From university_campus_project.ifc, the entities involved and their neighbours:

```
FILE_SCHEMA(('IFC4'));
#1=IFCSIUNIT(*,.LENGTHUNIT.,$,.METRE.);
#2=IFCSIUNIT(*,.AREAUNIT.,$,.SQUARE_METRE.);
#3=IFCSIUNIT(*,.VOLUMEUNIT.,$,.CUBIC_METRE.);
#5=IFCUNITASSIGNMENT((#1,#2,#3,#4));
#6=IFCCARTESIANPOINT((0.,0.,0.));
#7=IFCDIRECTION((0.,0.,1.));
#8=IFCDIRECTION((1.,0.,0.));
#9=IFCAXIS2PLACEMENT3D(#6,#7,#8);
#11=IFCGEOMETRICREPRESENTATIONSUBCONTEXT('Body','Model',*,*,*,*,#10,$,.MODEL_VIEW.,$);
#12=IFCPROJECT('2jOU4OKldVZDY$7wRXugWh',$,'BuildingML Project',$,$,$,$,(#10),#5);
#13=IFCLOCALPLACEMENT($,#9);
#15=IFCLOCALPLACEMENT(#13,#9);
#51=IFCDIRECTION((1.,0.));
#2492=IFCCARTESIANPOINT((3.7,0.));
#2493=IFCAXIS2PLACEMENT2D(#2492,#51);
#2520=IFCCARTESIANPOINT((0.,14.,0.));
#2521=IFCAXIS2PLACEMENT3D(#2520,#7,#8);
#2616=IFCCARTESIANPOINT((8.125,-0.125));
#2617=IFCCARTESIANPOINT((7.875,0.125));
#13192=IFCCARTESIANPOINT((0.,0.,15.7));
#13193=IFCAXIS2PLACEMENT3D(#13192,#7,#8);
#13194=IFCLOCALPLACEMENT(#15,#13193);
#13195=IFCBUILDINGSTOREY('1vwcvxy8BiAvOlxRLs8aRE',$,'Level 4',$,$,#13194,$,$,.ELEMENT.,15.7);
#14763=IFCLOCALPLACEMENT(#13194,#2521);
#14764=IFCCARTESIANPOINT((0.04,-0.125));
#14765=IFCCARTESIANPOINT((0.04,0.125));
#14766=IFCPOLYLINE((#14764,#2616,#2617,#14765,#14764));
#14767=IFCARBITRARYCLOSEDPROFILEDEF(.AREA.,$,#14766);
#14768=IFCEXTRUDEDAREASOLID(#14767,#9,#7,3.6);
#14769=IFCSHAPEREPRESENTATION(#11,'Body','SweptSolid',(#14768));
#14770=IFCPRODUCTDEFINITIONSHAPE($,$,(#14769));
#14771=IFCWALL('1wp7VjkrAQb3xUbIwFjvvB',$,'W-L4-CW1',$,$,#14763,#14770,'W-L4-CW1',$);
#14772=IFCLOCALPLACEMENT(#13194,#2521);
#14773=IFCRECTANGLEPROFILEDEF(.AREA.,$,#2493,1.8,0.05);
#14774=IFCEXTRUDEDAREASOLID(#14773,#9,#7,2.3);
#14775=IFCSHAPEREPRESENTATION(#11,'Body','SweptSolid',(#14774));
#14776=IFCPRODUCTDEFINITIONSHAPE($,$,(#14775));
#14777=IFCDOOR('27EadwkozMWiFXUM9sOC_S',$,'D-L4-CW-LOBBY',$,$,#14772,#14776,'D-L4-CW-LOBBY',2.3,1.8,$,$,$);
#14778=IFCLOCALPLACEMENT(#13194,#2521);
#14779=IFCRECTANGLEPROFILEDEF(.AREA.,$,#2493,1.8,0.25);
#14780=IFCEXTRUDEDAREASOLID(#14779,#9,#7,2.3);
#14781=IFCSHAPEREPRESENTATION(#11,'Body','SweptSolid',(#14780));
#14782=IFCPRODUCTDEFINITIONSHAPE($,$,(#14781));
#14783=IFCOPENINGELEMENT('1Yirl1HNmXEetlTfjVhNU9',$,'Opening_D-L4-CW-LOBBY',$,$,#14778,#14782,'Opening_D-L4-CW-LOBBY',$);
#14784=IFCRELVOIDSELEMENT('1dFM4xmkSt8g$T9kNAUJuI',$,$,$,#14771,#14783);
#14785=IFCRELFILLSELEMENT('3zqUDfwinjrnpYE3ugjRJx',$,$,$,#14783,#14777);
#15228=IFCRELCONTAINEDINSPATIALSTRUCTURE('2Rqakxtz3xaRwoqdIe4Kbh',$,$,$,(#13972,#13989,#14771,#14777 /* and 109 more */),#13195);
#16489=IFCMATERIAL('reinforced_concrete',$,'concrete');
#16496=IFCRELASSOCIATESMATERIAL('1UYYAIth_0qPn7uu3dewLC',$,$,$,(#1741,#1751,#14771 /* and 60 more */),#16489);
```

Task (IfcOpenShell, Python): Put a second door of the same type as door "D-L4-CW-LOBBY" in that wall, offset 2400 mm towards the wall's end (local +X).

```python
import ifcopenshell
import ifcopenshell.api.feature
import ifcopenshell.api.geometry
import ifcopenshell.api.root
import ifcopenshell.geom
import ifcopenshell.util.element
import ifcopenshell.util.placement
import ifcopenshell.util.shape

model = ifcopenshell.open("university_campus_project.ifc")
settings = ifcopenshell.geom.settings()


def volume(element):
    """Net volume in cubic metres, openings subtracted."""
    shape = ifcopenshell.geom.create_shape(settings, element)
    return ifcopenshell.util.shape.get_volume(shape.geometry)


door = model.by_guid("27EadwkozMWiFXUM9sOC_S")
opening = door.FillsVoids[0].RelatingOpeningElement
wall = opening.VoidsElements[0].RelatingBuildingElement
before = volume(wall)
shift = ifcopenshell.util.placement.get_local_placement(wall.ObjectPlacement)[:3, 0] * 2.4

# copy_class copies the void relationship, type, container and properties, but no geometry.
new_opening = ifcopenshell.api.root.copy_class(model, product=opening)
new_opening.Representation = ifcopenshell.util.element.copy_deep(
    model, opening.Representation, exclude=["IfcGeometricRepresentationContext", "IfcRepresentationMap"]
)
new_opening.Tag = None
new_door = ifcopenshell.api.root.copy_class(model, product=door)
new_door.Representation = ifcopenshell.util.element.copy_deep(
    model, door.Representation, exclude=["IfcGeometricRepresentationContext", "IfcRepresentationMap"]
)
new_door.Tag = None
ifcopenshell.api.feature.add_filling(model, opening=new_opening, element=new_door)

for old, new in ((opening, new_opening), (door, new_door)):
    matrix = ifcopenshell.util.placement.get_local_placement(old.ObjectPlacement)
    matrix[:3, 3] += shift
    ifcopenshell.api.geometry.edit_object_placement(model, product=new, matrix=matrix, is_si=False)

after = volume(wall)

print(f"wall volume {before:.3f} -> {after:.3f} m3")

model.write("university_campus_project-out.ifc")
```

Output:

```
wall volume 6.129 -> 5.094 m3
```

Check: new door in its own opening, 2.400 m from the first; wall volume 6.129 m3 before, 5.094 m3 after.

What is required>
When a line of the records has the word "IFCPRODUCTDEFINITIONSHAPE", pick it out and copy it.

Exercise answer>
#14770=IFCPRODUCTDEFINITIONSHAPE($,$,(#14769));
#14776=IFCPRODUCTDEFINITIONSHAPE($,$,(#14775));
#14782=IFCPRODUCTDEFINITIONSHAPE($,$,(#14781));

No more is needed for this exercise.